* _YOUR INSTRUCTIONS_:
Every line from the one containing "#36=IFCINDEXEDPOLYGONALFACE((3,4,8,7));" to the one containing "#45=IFCLOCALPLACEMENT(#11,#44);" in the records below, both included, must be set down exactly, and no other line.

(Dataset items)
□ □ □ □
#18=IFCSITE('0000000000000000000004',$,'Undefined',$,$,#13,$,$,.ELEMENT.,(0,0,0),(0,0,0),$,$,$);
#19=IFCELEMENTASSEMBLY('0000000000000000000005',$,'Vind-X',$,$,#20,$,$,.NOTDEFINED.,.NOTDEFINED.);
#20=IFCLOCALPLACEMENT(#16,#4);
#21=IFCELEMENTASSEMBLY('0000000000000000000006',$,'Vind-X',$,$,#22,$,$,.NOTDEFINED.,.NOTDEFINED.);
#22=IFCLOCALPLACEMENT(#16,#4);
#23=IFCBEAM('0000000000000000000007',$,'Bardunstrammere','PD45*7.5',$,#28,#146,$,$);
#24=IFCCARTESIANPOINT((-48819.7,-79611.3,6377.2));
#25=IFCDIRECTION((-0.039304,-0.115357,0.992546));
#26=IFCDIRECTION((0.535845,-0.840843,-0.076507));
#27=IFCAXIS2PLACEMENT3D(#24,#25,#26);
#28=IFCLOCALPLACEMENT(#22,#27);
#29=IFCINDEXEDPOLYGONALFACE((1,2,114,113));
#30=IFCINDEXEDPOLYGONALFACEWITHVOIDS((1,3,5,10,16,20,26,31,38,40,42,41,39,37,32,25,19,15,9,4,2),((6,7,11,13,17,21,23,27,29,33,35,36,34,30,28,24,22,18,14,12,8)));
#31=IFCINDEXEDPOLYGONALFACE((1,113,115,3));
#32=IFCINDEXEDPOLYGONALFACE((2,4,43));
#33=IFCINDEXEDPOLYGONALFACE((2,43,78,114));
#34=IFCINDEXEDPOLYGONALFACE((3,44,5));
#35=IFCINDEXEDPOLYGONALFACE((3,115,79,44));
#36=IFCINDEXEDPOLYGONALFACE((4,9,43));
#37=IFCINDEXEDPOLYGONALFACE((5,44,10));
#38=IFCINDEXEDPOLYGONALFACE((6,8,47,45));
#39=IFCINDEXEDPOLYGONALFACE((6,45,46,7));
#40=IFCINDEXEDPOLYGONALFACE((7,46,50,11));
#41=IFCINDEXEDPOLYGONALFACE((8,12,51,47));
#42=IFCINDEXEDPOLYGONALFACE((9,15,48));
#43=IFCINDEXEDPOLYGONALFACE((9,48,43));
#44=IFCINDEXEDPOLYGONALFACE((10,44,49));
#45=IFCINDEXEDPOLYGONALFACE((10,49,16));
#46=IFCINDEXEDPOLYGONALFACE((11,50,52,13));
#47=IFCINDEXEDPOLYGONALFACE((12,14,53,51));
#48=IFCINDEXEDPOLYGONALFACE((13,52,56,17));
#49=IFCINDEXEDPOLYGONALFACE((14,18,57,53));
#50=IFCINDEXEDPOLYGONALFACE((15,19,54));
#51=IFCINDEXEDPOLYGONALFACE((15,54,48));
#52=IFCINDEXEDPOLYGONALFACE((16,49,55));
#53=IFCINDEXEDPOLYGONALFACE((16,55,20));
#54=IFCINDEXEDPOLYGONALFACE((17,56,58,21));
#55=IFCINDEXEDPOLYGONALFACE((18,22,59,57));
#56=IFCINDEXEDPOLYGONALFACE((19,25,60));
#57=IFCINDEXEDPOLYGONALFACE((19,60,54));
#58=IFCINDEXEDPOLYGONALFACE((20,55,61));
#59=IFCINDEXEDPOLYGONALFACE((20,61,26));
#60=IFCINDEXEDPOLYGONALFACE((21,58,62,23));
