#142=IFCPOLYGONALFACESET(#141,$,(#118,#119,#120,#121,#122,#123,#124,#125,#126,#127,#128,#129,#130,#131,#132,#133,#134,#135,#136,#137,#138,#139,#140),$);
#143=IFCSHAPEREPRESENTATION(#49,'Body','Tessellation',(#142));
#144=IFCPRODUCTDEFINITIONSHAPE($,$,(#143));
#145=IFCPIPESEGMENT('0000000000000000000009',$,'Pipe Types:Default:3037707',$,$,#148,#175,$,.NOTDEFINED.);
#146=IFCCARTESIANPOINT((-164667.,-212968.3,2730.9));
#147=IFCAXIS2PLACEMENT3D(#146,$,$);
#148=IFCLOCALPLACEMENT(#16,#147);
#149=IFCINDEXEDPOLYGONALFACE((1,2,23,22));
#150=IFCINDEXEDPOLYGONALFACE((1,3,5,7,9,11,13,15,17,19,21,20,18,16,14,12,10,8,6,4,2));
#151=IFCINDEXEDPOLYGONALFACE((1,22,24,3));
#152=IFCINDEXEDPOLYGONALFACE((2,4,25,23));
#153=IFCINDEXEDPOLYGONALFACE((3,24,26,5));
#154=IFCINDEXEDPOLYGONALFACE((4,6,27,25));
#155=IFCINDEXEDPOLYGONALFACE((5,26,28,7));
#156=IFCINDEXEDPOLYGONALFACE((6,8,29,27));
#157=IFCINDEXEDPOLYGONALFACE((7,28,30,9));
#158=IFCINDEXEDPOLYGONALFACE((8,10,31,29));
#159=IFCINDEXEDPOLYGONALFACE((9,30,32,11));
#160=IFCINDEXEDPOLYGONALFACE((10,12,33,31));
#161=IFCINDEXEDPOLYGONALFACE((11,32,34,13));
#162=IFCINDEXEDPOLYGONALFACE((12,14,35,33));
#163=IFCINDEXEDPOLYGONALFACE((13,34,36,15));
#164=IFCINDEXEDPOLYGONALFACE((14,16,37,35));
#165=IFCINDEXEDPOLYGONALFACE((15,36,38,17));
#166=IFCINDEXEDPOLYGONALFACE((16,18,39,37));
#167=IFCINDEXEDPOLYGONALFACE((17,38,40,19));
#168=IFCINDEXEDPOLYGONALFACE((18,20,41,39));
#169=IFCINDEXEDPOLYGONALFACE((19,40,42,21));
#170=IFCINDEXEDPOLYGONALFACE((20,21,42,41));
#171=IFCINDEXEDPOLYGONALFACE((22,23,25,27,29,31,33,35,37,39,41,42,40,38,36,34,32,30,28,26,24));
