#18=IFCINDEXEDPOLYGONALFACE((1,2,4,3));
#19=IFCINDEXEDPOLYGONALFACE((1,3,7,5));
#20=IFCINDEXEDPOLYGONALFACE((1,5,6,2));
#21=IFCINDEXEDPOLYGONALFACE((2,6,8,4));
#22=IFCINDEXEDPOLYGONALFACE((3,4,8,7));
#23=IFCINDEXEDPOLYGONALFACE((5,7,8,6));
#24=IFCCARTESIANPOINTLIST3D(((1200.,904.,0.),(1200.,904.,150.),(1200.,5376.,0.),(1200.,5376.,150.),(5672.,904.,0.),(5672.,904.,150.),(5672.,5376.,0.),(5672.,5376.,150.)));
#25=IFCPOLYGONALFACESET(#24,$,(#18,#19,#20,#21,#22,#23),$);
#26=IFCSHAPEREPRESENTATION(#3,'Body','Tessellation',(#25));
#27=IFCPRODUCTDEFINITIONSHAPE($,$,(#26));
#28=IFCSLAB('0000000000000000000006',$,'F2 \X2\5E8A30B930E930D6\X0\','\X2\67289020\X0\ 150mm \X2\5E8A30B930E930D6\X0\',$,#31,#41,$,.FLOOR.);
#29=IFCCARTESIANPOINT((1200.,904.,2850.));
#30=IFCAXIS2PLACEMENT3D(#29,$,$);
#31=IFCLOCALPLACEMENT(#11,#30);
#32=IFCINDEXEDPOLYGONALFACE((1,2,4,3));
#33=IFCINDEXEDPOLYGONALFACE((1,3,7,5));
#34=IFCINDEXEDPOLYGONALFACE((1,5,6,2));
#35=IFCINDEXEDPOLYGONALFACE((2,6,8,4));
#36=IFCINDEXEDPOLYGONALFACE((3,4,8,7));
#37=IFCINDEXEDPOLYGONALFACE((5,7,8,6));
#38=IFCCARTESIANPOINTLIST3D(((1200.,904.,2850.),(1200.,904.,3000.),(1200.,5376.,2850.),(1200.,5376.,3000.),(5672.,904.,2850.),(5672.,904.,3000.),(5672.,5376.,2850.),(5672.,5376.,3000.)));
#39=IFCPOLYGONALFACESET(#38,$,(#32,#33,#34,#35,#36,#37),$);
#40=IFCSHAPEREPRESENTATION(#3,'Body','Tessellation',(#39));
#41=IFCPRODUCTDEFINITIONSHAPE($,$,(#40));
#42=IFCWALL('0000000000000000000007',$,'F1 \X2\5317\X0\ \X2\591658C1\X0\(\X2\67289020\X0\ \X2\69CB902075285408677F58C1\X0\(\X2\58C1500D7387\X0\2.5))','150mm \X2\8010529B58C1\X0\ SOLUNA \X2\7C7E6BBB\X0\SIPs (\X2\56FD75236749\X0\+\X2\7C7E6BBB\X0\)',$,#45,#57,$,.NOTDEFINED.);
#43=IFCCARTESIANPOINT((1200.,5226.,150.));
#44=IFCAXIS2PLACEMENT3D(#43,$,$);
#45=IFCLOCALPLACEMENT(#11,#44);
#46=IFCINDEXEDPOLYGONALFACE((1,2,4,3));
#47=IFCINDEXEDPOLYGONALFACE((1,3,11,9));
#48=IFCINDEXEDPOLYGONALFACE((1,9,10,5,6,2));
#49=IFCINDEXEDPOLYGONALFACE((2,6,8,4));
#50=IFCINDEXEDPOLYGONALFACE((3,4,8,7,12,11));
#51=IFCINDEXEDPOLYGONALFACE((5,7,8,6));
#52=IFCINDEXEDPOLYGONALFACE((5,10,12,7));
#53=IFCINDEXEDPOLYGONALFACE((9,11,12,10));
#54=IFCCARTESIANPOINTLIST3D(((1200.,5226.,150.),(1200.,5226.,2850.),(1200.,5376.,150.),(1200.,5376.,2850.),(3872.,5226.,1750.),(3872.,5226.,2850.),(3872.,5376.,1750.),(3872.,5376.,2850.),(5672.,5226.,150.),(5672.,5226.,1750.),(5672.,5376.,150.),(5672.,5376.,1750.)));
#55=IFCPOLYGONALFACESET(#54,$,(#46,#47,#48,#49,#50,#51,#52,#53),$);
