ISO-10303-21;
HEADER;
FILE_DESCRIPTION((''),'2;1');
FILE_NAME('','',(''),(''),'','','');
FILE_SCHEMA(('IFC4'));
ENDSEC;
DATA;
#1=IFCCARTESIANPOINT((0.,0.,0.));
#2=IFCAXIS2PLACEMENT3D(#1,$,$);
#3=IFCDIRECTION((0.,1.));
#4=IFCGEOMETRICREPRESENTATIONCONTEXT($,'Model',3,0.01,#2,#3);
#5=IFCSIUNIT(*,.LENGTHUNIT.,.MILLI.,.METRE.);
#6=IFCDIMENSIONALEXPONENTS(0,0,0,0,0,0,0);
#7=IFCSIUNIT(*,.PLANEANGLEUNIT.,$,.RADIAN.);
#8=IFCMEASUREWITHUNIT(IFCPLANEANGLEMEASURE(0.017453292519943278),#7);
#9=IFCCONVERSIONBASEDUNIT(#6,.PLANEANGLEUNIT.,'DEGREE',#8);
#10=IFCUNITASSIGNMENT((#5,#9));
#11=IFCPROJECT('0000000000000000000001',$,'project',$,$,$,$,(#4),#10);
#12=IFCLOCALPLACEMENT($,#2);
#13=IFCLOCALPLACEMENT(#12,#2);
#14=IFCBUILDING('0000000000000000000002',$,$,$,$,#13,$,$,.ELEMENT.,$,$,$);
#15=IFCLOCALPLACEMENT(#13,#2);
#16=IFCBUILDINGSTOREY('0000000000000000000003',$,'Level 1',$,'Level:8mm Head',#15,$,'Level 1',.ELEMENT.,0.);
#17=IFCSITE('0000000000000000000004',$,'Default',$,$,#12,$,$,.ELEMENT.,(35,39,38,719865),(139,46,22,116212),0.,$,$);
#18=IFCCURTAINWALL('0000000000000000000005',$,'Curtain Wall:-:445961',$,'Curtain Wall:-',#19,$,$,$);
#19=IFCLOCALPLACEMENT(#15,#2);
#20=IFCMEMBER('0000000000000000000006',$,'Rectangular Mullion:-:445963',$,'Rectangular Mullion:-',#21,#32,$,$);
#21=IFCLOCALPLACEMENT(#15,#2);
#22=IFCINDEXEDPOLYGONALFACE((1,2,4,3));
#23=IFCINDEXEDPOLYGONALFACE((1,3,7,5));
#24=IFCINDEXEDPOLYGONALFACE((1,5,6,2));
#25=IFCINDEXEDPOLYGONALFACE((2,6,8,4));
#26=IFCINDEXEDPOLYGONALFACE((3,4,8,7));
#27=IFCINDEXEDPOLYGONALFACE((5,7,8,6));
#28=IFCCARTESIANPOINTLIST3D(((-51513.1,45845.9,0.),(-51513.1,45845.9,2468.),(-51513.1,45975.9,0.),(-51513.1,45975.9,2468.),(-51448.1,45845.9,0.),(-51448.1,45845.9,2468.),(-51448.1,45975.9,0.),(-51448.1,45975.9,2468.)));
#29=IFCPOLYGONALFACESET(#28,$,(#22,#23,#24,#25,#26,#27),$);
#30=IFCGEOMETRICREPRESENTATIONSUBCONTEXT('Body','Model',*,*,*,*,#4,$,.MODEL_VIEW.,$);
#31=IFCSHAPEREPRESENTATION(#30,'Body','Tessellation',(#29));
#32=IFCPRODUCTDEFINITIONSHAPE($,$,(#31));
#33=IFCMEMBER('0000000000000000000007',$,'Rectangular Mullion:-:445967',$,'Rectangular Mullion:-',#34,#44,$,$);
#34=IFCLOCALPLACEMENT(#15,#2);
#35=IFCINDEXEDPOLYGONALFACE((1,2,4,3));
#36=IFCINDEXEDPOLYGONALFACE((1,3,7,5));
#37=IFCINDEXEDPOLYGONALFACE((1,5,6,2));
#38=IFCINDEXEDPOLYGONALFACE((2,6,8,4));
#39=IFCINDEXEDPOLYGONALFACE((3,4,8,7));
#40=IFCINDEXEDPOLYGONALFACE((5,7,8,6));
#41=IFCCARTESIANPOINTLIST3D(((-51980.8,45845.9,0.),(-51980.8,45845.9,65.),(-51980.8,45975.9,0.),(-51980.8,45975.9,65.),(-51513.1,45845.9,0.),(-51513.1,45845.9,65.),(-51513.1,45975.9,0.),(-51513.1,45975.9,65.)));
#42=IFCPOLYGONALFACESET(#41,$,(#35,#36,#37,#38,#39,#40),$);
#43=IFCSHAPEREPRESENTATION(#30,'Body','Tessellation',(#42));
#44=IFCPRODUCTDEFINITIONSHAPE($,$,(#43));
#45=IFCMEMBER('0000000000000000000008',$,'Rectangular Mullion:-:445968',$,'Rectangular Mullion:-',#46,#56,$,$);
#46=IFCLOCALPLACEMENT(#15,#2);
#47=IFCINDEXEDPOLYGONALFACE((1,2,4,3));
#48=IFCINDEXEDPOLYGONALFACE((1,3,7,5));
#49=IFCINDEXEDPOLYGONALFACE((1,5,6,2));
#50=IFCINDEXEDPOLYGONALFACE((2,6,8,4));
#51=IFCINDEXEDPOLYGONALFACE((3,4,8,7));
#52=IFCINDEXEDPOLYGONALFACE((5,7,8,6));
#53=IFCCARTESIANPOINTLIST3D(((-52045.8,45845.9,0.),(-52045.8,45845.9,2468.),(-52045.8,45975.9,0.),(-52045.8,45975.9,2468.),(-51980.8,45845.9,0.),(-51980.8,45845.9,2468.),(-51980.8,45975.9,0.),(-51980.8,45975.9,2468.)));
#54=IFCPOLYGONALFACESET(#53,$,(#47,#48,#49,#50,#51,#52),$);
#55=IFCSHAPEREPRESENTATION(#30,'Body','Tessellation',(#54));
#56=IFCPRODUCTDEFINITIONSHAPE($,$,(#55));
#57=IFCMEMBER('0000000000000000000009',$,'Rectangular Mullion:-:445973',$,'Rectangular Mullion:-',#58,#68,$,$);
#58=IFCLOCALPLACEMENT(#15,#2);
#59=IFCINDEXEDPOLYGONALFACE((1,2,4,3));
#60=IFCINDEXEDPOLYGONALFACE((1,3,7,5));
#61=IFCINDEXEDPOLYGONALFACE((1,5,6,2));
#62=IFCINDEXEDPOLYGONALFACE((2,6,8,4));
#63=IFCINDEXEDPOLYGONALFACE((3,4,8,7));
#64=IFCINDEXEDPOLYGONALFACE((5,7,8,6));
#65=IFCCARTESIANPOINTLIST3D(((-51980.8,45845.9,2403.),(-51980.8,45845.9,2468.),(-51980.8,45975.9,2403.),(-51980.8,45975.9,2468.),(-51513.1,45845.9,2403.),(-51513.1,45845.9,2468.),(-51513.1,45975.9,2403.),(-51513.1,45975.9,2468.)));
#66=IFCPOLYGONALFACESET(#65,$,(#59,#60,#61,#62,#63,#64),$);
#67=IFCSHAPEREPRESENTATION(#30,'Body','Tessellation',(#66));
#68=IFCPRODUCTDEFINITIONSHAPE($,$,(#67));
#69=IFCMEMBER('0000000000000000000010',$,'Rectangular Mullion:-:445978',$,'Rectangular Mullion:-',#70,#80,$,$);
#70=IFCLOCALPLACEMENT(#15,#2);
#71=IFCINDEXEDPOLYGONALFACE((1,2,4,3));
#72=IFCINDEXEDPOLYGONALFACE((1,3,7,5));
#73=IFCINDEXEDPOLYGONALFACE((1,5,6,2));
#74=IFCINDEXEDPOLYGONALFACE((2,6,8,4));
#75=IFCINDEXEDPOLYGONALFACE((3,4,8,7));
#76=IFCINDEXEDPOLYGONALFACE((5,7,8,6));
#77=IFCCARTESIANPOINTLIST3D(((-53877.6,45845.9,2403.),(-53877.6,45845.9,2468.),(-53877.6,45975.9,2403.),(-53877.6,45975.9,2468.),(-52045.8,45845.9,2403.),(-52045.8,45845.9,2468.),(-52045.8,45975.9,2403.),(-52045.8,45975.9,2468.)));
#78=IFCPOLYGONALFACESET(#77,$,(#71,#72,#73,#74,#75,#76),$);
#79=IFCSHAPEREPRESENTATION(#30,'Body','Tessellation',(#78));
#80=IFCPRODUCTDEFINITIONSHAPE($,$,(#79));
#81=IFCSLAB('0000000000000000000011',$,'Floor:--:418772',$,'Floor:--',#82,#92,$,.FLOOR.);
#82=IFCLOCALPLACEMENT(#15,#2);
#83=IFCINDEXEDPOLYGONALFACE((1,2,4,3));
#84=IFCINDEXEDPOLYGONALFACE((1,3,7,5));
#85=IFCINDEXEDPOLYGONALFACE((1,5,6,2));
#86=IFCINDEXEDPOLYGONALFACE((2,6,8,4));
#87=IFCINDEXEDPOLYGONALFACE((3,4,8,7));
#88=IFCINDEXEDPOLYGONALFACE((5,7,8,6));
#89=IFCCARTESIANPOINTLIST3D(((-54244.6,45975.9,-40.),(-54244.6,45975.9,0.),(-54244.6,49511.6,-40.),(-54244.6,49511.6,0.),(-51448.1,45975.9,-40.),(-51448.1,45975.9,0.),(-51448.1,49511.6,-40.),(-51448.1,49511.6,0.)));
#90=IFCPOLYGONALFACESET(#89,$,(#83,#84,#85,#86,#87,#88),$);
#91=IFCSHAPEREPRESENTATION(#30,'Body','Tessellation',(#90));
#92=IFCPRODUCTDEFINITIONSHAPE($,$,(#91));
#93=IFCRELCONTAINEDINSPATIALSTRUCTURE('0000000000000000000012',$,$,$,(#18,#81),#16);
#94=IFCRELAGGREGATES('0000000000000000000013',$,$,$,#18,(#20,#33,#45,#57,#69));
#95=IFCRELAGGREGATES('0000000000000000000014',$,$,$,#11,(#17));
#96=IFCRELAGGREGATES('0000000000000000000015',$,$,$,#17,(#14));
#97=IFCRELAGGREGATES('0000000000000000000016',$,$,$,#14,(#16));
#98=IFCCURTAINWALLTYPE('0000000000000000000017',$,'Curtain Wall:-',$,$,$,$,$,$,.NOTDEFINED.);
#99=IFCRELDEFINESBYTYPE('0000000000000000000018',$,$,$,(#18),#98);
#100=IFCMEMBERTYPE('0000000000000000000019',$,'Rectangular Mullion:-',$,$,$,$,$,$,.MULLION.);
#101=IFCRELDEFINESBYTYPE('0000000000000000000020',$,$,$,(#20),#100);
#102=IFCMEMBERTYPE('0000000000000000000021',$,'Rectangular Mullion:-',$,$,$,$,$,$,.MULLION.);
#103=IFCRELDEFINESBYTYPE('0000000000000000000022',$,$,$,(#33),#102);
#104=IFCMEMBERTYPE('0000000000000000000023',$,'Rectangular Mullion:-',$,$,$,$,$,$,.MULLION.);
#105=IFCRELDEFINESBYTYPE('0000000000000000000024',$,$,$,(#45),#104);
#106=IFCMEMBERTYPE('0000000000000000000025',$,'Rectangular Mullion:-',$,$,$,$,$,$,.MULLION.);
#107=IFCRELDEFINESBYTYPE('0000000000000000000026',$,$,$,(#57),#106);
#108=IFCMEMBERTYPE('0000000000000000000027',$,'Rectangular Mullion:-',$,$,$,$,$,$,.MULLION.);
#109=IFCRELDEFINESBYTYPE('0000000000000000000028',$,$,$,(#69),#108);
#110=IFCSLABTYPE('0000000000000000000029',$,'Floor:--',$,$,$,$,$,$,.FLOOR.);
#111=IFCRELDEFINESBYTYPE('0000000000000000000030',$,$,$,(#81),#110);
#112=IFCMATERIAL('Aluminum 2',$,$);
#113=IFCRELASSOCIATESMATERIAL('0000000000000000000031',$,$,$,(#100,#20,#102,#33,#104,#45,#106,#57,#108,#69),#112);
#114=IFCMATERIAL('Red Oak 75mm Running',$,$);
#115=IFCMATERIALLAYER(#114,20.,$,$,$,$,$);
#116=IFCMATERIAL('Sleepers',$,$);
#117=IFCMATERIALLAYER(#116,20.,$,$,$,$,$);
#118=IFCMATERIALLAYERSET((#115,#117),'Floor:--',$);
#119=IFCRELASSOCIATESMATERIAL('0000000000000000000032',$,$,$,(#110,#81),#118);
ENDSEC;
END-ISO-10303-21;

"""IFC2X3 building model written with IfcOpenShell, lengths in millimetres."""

from ifc_helpers import new_model, entity, si_unit, converted_unit, direction, frame, frame_2d, origin, origin_2d_with_axis, place, context, subcontext, project, spatial, rectangle, extrude, source, transform, mapped, material, layer, layer_set, layer_usage, type_object, type_shapes, element, aggregate, save


model = new_model("IFC2X3")

# Units and contexts
model_context = context("Model", 3, precision=0.01, world=origin(), true_north=direction((0.0, 1.0)))
body_context = subcontext(model_context, "Body", "Model", "MODEL_VIEW")
ifc_project = project(units=[si_unit("LENGTHUNIT", "METRE", prefix="MILLI"), converted_unit("PLANEANGLEUNIT", "DEGREE", entity("IfcPlaneAngleMeasure", 0.017453292519943278), si_unit("PLANEANGLEUNIT", "RADIAN"), dimensions=[0, 0, 0, 0, 0, 0, 0])], contexts=[model_context])

# Site, building, storey
site_placement = place(None, origin())
site = spatial("IfcSite", under=ifc_project, at=site_placement, Name="Default", CompositionType="ELEMENT", RefLatitude=(35, 39, 38, 719865), RefLongitude=(139, 46, 22, 116212), RefElevation=0.0)
building_placement = place(site_placement, origin())
building = spatial("IfcBuilding", under=site, at=building_placement, CompositionType="ELEMENT")
storey_placement = place(building_placement, origin())
storey = spatial("IfcBuildingStorey", under=building, at=storey_placement, Name="Level 1", ObjectType="Level:8mm Head", LongName="Level 1", CompositionType="ELEMENT", Elevation=0.0)

# Curtain wall, members
curtain_wall_type = type_object("IfcCurtainWallType", Name="Curtain Wall:-", PredefinedType="NOTDEFINED")
curtain_wall_placement = place(storey_placement, origin())
curtain_wall = element("IfcCurtainWall", 1, at=curtain_wall_placement, inside=storey, type_object=curtain_wall_type, Name="Curtain Wall:-:445961", ObjectType="Curtain Wall:-")
ifc_material_1 = material(Name="Aluminum 2")
member_type_1 = type_object("IfcMemberType", Name="Rectangular Mullion:-", PredefinedType="MULLION", material=ifc_material_1)
shared_shape_1 = source(origin(), body_context, "Body", "SweptSolid", [
    extrude(rectangle(XDim=65.0, YDim=130.0, at=origin_2d_with_axis()), frame((-32.5, 0.0, -2468.0), z_axis=(0.0, 0.0, 1.0), x_axis=(-1.0, 0.0, 0.0)), (0.0, 0.0, 1.0), 2468.0),
])
type_shapes(member_type_1, [shared_shape_1])
member_1_placement = place(curtain_wall_placement, frame((-51448.1, 45910.9, 0.0), z_axis=(0.0, 0.0, -1.0), x_axis=(1.0, 0.0, 0.0)))
member_1 = element("IfcMember", 2, at=member_1_placement, type_object=member_type_1, material=ifc_material_1, Name="Rectangular Mullion:-:445963", ObjectType="Rectangular Mullion:-", context=body_context, shape_type="MappedRepresentation", body=[
    mapped(shared_shape_1, transform((0.0, 0.0, 0.0), scale=1.0)),
])
member_type_2 = type_object("IfcMemberType", Name="Rectangular Mullion:-", PredefinedType="MULLION", material=ifc_material_1)
shared_shape_2 = source(origin(), body_context, "Body", "SweptSolid", [
    extrude(rectangle(XDim=65.0, YDim=130.0, at=frame_2d((0.0, 0.0), x_axis=(1.0, 0.0))), frame((-32.5, 0.0, -467.6), z_axis=(0.0, 0.0, 1.0), x_axis=(-1.0, 0.0, 0.0)), (0.0, 0.0, 1.0), 467.6),
])
type_shapes(member_type_2, [shared_shape_2])
member_2_placement = place(curtain_wall_placement, frame((-51980.8, 45910.9, 0.0), z_axis=(-1.0, 0.0, 0.0), x_axis=(0.0, 0.0, -1.0)))
member_2 = element("IfcMember", 3, at=member_2_placement, type_object=member_type_2, material=ifc_material_1, Name="Rectangular Mullion:-:445967", ObjectType="Rectangular Mullion:-", context=body_context, shape_type="MappedRepresentation", body=[
    mapped(shared_shape_2, transform((0.0, 0.0, 0.0), scale=1.0)),
])
member_type_3 = type_object("IfcMemberType", Name="Rectangular Mullion:-", PredefinedType="MULLION", material=ifc_material_1)
shared_shape_3 = source(origin(), body_context, "Body", "SweptSolid", [
    extrude(rectangle(XDim=65.0, YDim=130.0, at=frame_2d((0.0, 0.0), x_axis=(1.0, 0.0))), frame((0.0, 0.0, -2468.0), z_axis=(0.0, 0.0, 1.0), x_axis=(-1.0, 0.0, 0.0)), (0.0, 0.0, 1.0), 2468.0),
])
type_shapes(member_type_3, [shared_shape_3])
member_3_placement = place(curtain_wall_placement, frame((-52013.3, 45910.9, 0.0), z_axis=(0.0, 0.0, -1.0), x_axis=(1.0, 0.0, 0.0)))
member_3 = element("IfcMember", 4, at=member_3_placement, type_object=member_type_3, material=ifc_material_1, Name="Rectangular Mullion:-:445968", ObjectType="Rectangular Mullion:-", context=body_context, shape_type="MappedRepresentation", body=[
    mapped(shared_shape_3, transform((0.0, 0.0, 0.0), scale=1.0)),
])
member_type_4 = type_object("IfcMemberType", Name="Rectangular Mullion:-", PredefinedType="MULLION", material=ifc_material_1)
shared_shape_4 = source(origin(), body_context, "Body", "SweptSolid", [
    extrude(rectangle(XDim=65.0, YDim=130.0, at=origin_2d_with_axis()), frame((0.0, 0.0, -467.6), z_axis=(0.0, 0.0, 1.0), x_axis=(-1.0, 0.0, 0.0)), (0.0, 0.0, 1.0), 467.6),
])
□ □ □ □
* _RESPONSE FOR THIS EXERCISE_:
#36=IFCINDEXEDPOLYGONALFACE((3,4,8,7));
#37=IFCINDEXEDPOLYGONALFACE((5,7,8,6));
#38=IFCCARTESIANPOINTLIST3D(((1200.,904.,2850.),(1200.,904.,3000.),(1200.,5376.,2850.),(1200.,5376.,3000.),(5672.,904.,2850.),(5672.,904.,3000.),(5672.,5376.,2850.),(5672.,5376.,3000.)));
#39=IFCPOLYGONALFACESET(#38,$,(#32,#33,#34,#35,#36,#37),$);
#40=IFCSHAPEREPRESENTATION(#3,'Body','Tessellation',(#39));
#41=IFCPRODUCTDEFINITIONSHAPE($,$,(#40));
#42=IFCWALL('0000000000000000000007',$,'F1 \X2\5317\X0\ \X2\591658C1\X0\(\X2\67289020\X0\ \X2\69CB902075285408677F58C1\X0\(\X2\58C1500D7387\X0\2.5))','150mm \X2\8010529B58C1\X0\ SOLUNA \X2\7C7E6BBB\X0\SIPs (\X2\56FD75236749\X0\+\X2\7C7E6BBB\X0\)',$,#45,#57,$,.NOTDEFINED.);
#43=IFCCARTESIANPOINT((1200.,5226.,150.));
#44=IFCAXIS2PLACEMENT3D(#43,$,$);
#45=IFCLOCALPLACEMENT(#11,#44);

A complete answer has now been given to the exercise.